Элеонора тоже не давала согласия. Маленькая женщина с печальными глазами, отданная замуж не по любви и не получившая в лице мужа ни отца своих детей, ни пылкого возлюбленного, тем не менее, считая подлостью после клятвы у алтаря бросить своего законного супруга ради собственного благополучия, гневно отвергла развод с Михалом Вишневецким. Тогда французская партия польской шляхты обратилась к Людовику XIV с просьбой помочь лишить трона того, за которого еще недавно так пылко голосовали, отклонив кандидатуру Собесского. В Великом княжестве Литовском эти события вызвали негодование практически у всех. Два недавних соперника, два вечно ссорящихся князя, два Михала — Радзивилл и Пац, на удивление многих, нашли на этой почве общий язык, выступая совместно с яростной критикой поведения польской шляхты по отношению к королю и Великому князю. Казалось бы, Михалу Радзивиллу выгодна отставка Вишневецкого — освобождается трон для его боевого друга и шурина. Но, желая корону для Яна, Михал не хотел, чтобы с Вишневецким, его кумом, поступали столь подло и неуважительно — у него с королем так или иначе сложились добрые отношения.

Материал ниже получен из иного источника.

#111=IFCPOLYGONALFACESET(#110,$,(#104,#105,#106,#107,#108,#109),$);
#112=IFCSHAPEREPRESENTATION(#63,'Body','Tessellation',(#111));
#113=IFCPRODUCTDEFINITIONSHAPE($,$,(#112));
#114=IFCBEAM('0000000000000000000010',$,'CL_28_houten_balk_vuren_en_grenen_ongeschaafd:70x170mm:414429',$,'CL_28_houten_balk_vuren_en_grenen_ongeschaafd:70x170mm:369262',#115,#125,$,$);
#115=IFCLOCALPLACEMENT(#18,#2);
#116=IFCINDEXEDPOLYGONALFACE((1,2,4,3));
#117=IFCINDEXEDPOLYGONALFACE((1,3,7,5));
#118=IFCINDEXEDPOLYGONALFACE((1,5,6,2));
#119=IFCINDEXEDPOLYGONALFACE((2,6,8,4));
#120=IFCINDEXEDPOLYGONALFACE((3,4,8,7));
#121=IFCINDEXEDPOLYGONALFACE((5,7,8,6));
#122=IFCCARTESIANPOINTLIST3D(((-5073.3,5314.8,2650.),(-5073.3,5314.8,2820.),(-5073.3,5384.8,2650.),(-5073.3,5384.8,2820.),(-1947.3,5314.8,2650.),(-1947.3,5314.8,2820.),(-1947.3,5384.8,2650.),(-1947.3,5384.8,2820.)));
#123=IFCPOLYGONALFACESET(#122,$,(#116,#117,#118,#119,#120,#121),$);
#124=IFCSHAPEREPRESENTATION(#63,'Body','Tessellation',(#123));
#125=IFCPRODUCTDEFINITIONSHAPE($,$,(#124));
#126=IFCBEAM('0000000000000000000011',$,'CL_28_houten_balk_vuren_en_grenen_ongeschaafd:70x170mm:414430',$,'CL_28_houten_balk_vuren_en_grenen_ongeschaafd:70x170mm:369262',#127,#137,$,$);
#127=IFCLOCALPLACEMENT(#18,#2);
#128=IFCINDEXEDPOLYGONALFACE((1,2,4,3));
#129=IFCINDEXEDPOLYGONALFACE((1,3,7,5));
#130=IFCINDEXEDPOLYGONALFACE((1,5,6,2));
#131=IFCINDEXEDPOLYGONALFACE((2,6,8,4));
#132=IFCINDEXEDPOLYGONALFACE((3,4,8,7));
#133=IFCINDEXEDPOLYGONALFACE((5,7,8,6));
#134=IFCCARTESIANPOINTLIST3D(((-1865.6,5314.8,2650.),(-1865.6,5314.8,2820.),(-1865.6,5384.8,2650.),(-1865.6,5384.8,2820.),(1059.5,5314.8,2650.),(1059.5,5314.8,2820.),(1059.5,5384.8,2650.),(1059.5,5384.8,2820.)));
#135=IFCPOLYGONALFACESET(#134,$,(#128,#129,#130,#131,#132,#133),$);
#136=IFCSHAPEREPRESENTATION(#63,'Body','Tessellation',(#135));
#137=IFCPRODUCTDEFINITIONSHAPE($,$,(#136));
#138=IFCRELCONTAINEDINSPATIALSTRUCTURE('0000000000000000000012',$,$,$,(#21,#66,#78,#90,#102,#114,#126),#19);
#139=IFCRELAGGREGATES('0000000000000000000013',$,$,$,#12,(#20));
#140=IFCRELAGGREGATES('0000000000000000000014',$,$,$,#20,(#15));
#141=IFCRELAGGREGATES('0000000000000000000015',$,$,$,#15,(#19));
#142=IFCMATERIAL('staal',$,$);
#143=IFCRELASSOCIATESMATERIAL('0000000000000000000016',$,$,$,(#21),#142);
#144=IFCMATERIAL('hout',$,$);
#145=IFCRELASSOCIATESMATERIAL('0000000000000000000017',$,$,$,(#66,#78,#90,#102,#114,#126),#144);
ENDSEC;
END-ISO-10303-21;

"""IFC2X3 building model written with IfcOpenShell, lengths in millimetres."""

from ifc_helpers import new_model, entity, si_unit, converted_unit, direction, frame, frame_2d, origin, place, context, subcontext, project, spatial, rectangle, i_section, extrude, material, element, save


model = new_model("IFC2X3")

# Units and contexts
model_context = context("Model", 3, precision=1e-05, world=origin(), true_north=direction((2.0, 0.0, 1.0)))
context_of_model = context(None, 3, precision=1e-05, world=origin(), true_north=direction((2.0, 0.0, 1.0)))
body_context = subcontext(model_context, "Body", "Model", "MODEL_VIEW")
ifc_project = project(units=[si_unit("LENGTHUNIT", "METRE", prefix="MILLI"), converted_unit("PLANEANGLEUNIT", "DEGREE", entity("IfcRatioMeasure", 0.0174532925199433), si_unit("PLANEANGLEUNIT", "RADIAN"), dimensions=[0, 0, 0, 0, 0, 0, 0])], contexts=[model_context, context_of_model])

Ну, а что касается его друга Собесского, то Михал был вне себя от ярости от того, что Ян, имея большие силы, так и не пришел на подмогу в Каменец. Гневные слова Потоцкого в адрес шурина Михал сейчас полностью разделял.
— Ян, и только он, виноват в том, что мы сдали город, что угодил в плен Кмитич, а Володыевский погиб! — сердито бросал Несвижский князь в лицо своей жене Катажине, пытавшейся заступиться за брата.